Sofia pegou nas coisas e decidiu seguir sozinha, farta de garotices e
rivalidades. Jorge e Rogério tentaram demovê-la, mas foi inglório, nessa noite
seguiu no primeiro comboio que apareceu, para Viena, soube Jorge mais tarde, e para um
Danúbio pouco azul. Culpando-se mutuamente, Rogério e Jorge seguiram
viagem também, Jorge de regresso a Veneza, Rogério para Atenas. Semanas depois
de partirem, a viagem que os juntara numa gare, noutra, de novo os separava. Não
foi sem um prazer mórbido que Jorge viu Rogério, com a pressa, embarcar no trem errado, com destino a Bucareste, julgando partir para Atenas,
ignorando que sem visto logo seria recambiado. Que fosse, ele que se virasse.
Contemplando
a verde paisagem bósnia num comboio velho e podre, Jorge foi magicando na vida,
nas promessas de felicidade de Paris, e na frivolidade das mulheres.
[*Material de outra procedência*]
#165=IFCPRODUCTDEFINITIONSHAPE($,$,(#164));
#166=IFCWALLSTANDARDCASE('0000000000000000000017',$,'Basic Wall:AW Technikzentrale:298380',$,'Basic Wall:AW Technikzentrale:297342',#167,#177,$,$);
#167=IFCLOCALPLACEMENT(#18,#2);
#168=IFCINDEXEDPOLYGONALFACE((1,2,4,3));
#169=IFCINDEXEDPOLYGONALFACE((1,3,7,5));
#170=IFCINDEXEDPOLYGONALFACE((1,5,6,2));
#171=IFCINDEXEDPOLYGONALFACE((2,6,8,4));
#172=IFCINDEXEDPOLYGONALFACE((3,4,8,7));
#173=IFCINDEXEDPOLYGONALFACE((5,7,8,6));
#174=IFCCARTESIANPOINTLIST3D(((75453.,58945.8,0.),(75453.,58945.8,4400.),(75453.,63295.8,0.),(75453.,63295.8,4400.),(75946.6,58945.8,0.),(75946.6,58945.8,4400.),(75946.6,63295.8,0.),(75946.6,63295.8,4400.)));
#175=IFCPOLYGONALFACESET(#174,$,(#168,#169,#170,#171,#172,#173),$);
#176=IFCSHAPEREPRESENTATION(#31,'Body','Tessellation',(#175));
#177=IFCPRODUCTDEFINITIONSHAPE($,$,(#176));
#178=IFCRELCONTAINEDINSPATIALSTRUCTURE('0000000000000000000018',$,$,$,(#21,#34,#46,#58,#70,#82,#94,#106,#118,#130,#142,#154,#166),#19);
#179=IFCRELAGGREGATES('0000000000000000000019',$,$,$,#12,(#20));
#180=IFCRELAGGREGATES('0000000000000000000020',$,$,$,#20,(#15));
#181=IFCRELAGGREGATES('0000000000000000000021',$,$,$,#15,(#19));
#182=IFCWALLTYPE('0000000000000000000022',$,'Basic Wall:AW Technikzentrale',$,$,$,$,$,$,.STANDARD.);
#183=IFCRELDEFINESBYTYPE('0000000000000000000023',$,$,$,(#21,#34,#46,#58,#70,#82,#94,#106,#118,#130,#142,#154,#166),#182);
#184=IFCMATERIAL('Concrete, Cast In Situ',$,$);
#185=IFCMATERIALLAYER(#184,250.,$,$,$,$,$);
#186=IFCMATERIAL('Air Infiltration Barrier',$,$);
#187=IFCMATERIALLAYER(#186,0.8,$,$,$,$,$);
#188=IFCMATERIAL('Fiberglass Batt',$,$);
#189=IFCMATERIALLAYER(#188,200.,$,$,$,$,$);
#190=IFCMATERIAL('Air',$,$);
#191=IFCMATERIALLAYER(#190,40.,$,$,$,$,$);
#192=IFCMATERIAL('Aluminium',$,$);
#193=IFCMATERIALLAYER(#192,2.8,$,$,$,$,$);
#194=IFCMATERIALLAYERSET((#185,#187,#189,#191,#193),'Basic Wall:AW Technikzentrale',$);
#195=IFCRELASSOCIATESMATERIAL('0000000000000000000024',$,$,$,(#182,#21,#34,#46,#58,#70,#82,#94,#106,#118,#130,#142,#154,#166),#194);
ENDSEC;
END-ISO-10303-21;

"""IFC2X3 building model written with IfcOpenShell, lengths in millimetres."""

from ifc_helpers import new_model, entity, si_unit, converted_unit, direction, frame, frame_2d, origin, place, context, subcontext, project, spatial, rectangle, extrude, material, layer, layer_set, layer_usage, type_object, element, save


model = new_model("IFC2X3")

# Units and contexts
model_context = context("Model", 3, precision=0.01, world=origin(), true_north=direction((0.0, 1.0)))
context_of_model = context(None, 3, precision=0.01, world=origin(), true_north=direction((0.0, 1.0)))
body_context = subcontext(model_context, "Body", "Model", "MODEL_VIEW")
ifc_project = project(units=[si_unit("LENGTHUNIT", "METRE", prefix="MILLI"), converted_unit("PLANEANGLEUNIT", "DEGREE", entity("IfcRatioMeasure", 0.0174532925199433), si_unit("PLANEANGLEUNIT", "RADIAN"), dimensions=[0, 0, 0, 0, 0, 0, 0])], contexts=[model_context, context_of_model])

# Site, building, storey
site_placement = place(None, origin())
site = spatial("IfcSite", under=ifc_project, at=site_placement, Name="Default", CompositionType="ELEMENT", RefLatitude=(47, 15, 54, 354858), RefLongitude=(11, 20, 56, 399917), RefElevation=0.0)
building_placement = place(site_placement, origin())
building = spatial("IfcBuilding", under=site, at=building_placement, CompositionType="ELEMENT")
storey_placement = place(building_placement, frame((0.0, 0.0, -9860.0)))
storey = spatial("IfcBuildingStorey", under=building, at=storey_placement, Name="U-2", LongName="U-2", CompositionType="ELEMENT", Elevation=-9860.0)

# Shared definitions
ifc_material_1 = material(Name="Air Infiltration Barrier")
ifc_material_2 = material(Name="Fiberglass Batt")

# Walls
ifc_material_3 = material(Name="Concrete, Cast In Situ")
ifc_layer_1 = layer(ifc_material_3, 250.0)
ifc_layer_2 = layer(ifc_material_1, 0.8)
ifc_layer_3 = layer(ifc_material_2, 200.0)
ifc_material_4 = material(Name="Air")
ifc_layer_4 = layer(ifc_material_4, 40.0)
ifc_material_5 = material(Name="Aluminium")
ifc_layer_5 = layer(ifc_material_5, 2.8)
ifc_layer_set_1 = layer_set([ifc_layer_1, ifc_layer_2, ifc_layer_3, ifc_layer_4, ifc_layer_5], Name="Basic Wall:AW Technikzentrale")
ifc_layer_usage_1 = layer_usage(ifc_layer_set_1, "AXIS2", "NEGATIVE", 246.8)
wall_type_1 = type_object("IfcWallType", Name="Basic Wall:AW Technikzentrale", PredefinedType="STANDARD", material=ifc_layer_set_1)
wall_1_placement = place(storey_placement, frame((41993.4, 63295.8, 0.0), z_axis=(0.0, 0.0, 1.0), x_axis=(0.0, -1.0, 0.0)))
La donna é mobile, cantava a ária de
Verdi, e bem certo era. Reentrando em Itália, voltou a Veneza, dali para Pisa
e Génova, a riviera francesa depois. Sozinho, decidiu-se a fazer um diário, à
falta de Sofia e dos beijos no beliche. Com a mochila suja, e já sem roupa
lavada, sentou-se a ver os pombos em São Marcos. O relógio marcava as
seis da tarde, e a praça fervilhava de turistas disparando flashes e ruidosos gondoleiros. Pegando num caderno, deu-lhe para
escrever um poema. Lembrou Dick Bogarde, e o filme de Visconti, numa esplanada
perto, a silhueta morena e magra duma jovem, de costas para ele,
despertou-lhe a atenção, estava só e escrevia, desenhando a torre
Eiffel. Era Sofia, a irritada e bela Julieta que ele, idiota Romeu, deixara
escapar por causa dum Capuleto da margem sul. Sem que ela o visse,
recitou-lhe, em francês, pelas costas:
-Et d’abord, j’écriverai ton nom: liberté !
Um impulsivo
beijo cinematográfico foi aplaudido por japoneses que logo o registaram em foto,
e um gondoleiro, sorrindo, aplaudiu, comentando em voz alta: Ecco!, sei Venezia, sei l'amore...,
arlequim e columbina reencontravam-se, saudados pelos pombos esvoaçando sobre a
praça.
Depois de
Nice e Marselha, um cansativo e enriquecido regresso a casa, a certeza dos
perigos do amor e a segurança duma cama lavada. Retemperadas as energias,
anteviu dias de felicidade e futuro. Fora um mês de alegria e descoberta, descoberta deles próprios, sobretudo.
Enquanto
isso, na fronteira romena, um atarantado português sem visto era apertado pela
milícia de Ceausescu. Sem dinheiro e findo prazo do bilhete, ainda
passaria por apertos antes que esfomeado e sujo voltasse à velha e saudosa
Santa Apolónia, de muitas partidas chorosas e alegres chegadas.